+++ Given entries +++

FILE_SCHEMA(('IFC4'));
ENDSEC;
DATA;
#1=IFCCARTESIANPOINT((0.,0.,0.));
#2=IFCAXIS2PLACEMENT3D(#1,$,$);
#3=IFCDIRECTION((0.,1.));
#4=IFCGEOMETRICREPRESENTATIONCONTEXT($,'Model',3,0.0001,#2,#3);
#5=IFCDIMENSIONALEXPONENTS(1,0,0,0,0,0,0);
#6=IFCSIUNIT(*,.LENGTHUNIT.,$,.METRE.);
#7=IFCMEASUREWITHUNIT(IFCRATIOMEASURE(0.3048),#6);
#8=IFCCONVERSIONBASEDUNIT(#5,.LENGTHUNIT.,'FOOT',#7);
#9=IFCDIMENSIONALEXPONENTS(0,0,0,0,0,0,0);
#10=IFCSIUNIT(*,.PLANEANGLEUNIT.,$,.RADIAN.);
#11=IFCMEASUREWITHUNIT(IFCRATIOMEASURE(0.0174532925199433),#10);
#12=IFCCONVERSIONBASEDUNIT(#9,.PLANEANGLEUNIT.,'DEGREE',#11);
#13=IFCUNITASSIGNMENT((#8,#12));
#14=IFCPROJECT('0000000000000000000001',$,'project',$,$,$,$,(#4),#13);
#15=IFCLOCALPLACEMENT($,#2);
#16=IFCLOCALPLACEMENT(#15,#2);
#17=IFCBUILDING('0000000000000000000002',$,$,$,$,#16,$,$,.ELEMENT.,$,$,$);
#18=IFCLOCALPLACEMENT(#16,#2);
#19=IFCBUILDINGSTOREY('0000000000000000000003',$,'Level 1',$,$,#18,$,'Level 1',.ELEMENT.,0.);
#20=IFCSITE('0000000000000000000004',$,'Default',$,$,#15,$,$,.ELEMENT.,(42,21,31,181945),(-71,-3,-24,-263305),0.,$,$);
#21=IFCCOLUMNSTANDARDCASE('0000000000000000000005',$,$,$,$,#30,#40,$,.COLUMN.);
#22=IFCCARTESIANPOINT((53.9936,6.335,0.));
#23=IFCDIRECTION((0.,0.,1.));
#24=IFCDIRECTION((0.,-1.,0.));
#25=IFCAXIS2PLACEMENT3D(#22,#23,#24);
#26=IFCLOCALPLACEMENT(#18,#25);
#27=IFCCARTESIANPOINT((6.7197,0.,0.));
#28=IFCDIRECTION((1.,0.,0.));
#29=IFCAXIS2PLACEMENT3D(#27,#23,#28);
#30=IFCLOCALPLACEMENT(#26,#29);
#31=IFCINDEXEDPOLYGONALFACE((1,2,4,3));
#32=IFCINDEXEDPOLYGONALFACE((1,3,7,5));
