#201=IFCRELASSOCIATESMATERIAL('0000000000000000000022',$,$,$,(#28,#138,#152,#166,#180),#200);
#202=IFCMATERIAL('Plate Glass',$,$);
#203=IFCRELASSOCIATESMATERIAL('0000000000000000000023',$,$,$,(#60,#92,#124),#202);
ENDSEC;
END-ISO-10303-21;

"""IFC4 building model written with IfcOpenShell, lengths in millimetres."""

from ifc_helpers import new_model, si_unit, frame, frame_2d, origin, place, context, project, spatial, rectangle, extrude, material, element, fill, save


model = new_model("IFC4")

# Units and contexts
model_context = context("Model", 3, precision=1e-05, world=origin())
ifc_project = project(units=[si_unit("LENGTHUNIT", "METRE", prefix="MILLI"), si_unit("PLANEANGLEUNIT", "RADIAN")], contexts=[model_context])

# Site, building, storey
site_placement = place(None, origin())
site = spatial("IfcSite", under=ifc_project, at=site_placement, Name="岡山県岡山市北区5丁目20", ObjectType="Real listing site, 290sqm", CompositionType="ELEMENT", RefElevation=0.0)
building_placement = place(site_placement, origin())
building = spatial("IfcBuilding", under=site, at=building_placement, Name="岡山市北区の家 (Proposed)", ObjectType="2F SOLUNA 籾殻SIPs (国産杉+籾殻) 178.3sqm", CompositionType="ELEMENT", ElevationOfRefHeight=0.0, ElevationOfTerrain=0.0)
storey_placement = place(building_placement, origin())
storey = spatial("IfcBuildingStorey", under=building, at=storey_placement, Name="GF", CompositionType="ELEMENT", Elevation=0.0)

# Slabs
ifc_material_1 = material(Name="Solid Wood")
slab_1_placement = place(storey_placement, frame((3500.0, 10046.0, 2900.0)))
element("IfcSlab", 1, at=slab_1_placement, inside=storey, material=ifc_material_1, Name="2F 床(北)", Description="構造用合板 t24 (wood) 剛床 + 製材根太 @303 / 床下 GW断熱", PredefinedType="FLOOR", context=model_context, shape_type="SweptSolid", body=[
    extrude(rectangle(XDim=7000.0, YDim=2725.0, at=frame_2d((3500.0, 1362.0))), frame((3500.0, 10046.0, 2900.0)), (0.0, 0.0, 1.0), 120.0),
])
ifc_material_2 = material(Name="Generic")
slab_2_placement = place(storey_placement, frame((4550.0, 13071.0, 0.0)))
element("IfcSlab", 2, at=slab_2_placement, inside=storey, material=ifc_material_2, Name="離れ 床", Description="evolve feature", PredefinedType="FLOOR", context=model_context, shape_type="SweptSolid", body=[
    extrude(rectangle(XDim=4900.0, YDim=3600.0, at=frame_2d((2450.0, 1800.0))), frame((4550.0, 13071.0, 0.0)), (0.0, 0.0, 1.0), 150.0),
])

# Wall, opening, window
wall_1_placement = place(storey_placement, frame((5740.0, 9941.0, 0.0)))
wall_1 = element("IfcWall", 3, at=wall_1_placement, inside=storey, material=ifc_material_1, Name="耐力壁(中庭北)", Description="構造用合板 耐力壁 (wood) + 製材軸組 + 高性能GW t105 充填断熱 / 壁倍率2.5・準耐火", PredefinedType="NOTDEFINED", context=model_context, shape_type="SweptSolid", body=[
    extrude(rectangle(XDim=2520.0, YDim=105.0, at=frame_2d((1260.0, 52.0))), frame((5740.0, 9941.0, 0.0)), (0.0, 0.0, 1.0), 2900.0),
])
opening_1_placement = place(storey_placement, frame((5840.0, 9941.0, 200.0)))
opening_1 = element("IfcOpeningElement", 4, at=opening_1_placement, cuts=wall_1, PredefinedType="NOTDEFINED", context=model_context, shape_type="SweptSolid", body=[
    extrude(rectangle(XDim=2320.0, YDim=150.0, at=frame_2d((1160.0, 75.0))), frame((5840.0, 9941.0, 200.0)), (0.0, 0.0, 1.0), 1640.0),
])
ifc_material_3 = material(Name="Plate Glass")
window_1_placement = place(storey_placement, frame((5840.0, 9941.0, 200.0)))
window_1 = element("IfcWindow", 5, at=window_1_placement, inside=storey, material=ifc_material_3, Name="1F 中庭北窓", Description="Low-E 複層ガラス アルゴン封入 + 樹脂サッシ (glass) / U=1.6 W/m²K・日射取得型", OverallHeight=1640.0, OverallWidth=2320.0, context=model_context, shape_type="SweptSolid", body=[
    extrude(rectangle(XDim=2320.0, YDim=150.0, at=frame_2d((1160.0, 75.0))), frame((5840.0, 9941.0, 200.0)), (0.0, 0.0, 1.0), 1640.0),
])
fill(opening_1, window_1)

+++

I'd like the material repeated word for word, please.

__Task solution__:
FILE_SCHEMA(('IFC4'));
ENDSEC;
DATA;
#1=IFCCARTESIANPOINT((0.,0.,0.));
#2=IFCAXIS2PLACEMENT3D(#1,$,$);
#3=IFCDIRECTION((0.,1.));
#4=IFCGEOMETRICREPRESENTATIONCONTEXT($,'Model',3,0.0001,#2,#3);
#5=IFCDIMENSIONALEXPONENTS(1,0,0,0,0,0,0);
#6=IFCSIUNIT(*,.LENGTHUNIT.,$,.METRE.);
#7=IFCMEASUREWITHUNIT(IFCRATIOMEASURE(0.3048),#6);
#8=IFCCONVERSIONBASEDUNIT(#5,.LENGTHUNIT.,'FOOT',#7);
#9=IFCDIMENSIONALEXPONENTS(0,0,0,0,0,0,0);
#10=IFCSIUNIT(*,.PLANEANGLEUNIT.,$,.RADIAN.);
#11=IFCMEASUREWITHUNIT(IFCRATIOMEASURE(0.0174532925199433),#10);
#12=IFCCONVERSIONBASEDUNIT(#9,.PLANEANGLEUNIT.,'DEGREE',#11);
#13=IFCUNITASSIGNMENT((#8,#12));
#14=IFCPROJECT('0000000000000000000001',$,'project',$,$,$,$,(#4),#13);
#15=IFCLOCALPLACEMENT($,#2);
#16=IFCLOCALPLACEMENT(#15,#2);
#17=IFCBUILDING('0000000000000000000002',$,$,$,$,#16,$,$,.ELEMENT.,$,$,$);
#18=IFCLOCALPLACEMENT(#16,#2);
#19=IFCBUILDINGSTOREY('0000000000000000000003',$,'Level 1',$,$,#18,$,'Level 1',.ELEMENT.,0.);
#20=IFCSITE('0000000000000000000004',$,'Default',$,$,#15,$,$,.ELEMENT.,(42,21,31,181945),(-71,-3,-24,-263305),0.,$,$);
#21=IFCCOLUMNSTANDARDCASE('0000000000000000000005',$,$,$,$,#30,#40,$,.COLUMN.);
#22=IFCCARTESIANPOINT((53.9936,6.335,0.));
#23=IFCDIRECTION((0.,0.,1.));
#24=IFCDIRECTION((0.,-1.,0.));
#25=IFCAXIS2PLACEMENT3D(#22,#23,#24);
#26=IFCLOCALPLACEMENT(#18,#25);
#27=IFCCARTESIANPOINT((6.7197,0.,0.));
#28=IFCDIRECTION((1.,0.,0.));
#29=IFCAXIS2PLACEMENT3D(#27,#23,#28);
#30=IFCLOCALPLACEMENT(#26,#29);
#31=IFCINDEXEDPOLYGONALFACE((1,2,4,3));
#32=IFCINDEXEDPOLYGONALFACE((1,3,7,5));
#201=IFCRELASSOCIATESMATERIAL('0000000000000000000022',$,$,$,(#28,#138,#152,#166,#180),#200);
#202=IFCMATERIAL('Plate Glass',$,$);
#203=IFCRELASSOCIATESMATERIAL('0000000000000000000023',$,$,$,(#60,#92,#124),#202);
ENDSEC;
END-ISO-10303-21;

"""IFC4 building model written with IfcOpenShell, lengths in millimetres."""

from ifc_helpers import new_model, si_unit, frame, frame_2d, origin, place, context, project, spatial, rectangle, extrude, material, element, fill, save


model = new_model("IFC4")

# Units and contexts
model_context = context("Model", 3, precision=1e-05, world=origin())
ifc_project = project(units=[si_unit("LENGTHUNIT", "METRE", prefix="MILLI"), si_unit("PLANEANGLEUNIT", "RADIAN")], contexts=[model_context])

# Site, building, storey
site_placement = place(None, origin())
site = spatial("IfcSite", under=ifc_project, at=site_placement, Name="岡山県岡山市北区5丁目20", ObjectType="Real listing site, 290sqm", CompositionType="ELEMENT", RefElevation=0.0)
building_placement = place(site_placement, origin())
building = spatial("IfcBuilding", under=site, at=building_placement, Name="岡山市北区の家 (Proposed)", ObjectType="2F SOLUNA 籾殻SIPs (国産杉+籾殻) 178.3sqm", CompositionType="ELEMENT", ElevationOfRefHeight=0.0, ElevationOfTerrain=0.0)
storey_placement = place(building_placement, origin())
storey = spatial("IfcBuildingStorey", under=building, at=storey_placement, Name="GF", CompositionType="ELEMENT", Elevation=0.0)

# Slabs
ifc_material_1 = material(Name="Solid Wood")
slab_1_placement = place(storey_placement, frame((3500.0, 10046.0, 2900.0)))
element("IfcSlab", 1, at=slab_1_placement, inside=storey, material=ifc_material_1, Name="2F 床(北)", Description="構造用合板 t24 (wood) 剛床 + 製材根太 @303 / 床下 GW断熱", PredefinedType="FLOOR", context=model_context, shape_type="SweptSolid", body=[
    extrude(rectangle(XDim=7000.0, YDim=2725.0, at=frame_2d((3500.0, 1362.0))), frame((3500.0, 10046.0, 2900.0)), (0.0, 0.0, 1.0), 120.0),
])
ifc_material_2 = material(Name="Generic")
slab_2_placement = place(storey_placement, frame((4550.0, 13071.0, 0.0)))
element("IfcSlab", 2, at=slab_2_placement, inside=storey, material=ifc_material_2, Name="離れ 床", Description="evolve feature", PredefinedType="FLOOR", context=model_context, shape_type="SweptSolid", body=[
    extrude(rectangle(XDim=4900.0, YDim=3600.0, at=frame_2d((2450.0, 1800.0))), frame((4550.0, 13071.0, 0.0)), (0.0, 0.0, 1.0), 150.0),
])

# Wall, opening, window
wall_1_placement = place(storey_placement, frame((5740.0, 9941.0, 0.0)))
wall_1 = element("IfcWall", 3, at=wall_1_placement, inside=storey, material=ifc_material_1, Name="耐力壁(中庭北)", Description="構造用合板 耐力壁 (wood) + 製材軸組 + 高性能GW t105 充填断熱 / 壁倍率2.5・準耐火", PredefinedType="NOTDEFINED", context=model_context, shape_type="SweptSolid", body=[
    extrude(rectangle(XDim=2520.0, YDim=105.0, at=frame_2d((1260.0, 52.0))), frame((5740.0, 9941.0, 0.0)), (0.0, 0.0, 1.0), 2900.0),
])
opening_1_placement = place(storey_placement, frame((5840.0, 9941.0, 200.0)))
opening_1 = element("IfcOpeningElement", 4, at=opening_1_placement, cuts=wall_1, PredefinedType="NOTDEFINED", context=model_context, shape_type="SweptSolid", body=[
    extrude(rectangle(XDim=2320.0, YDim=150.0, at=frame_2d((1160.0, 75.0))), frame((5840.0, 9941.0, 200.0)), (0.0, 0.0, 1.0), 1640.0),
])
ifc_material_3 = material(Name="Plate Glass")
window_1_placement = place(storey_placement, frame((5840.0, 9941.0, 200.0)))
window_1 = element("IfcWindow", 5, at=window_1_placement, inside=storey, material=ifc_material_3, Name="1F 中庭北窓", Description="Low-E 複層ガラス アルゴン封入 + 樹脂サッシ (glass) / U=1.6 W/m²K・日射取得型", OverallHeight=1640.0, OverallWidth=2320.0, context=model_context, shape_type="SweptSolid", body=[
    extrude(rectangle(XDim=2320.0, YDim=150.0, at=frame_2d((1160.0, 75.0))), frame((5840.0, 9941.0, 200.0)), (0.0, 0.0, 1.0), 1640.0),
])
fill(opening_1, window_1)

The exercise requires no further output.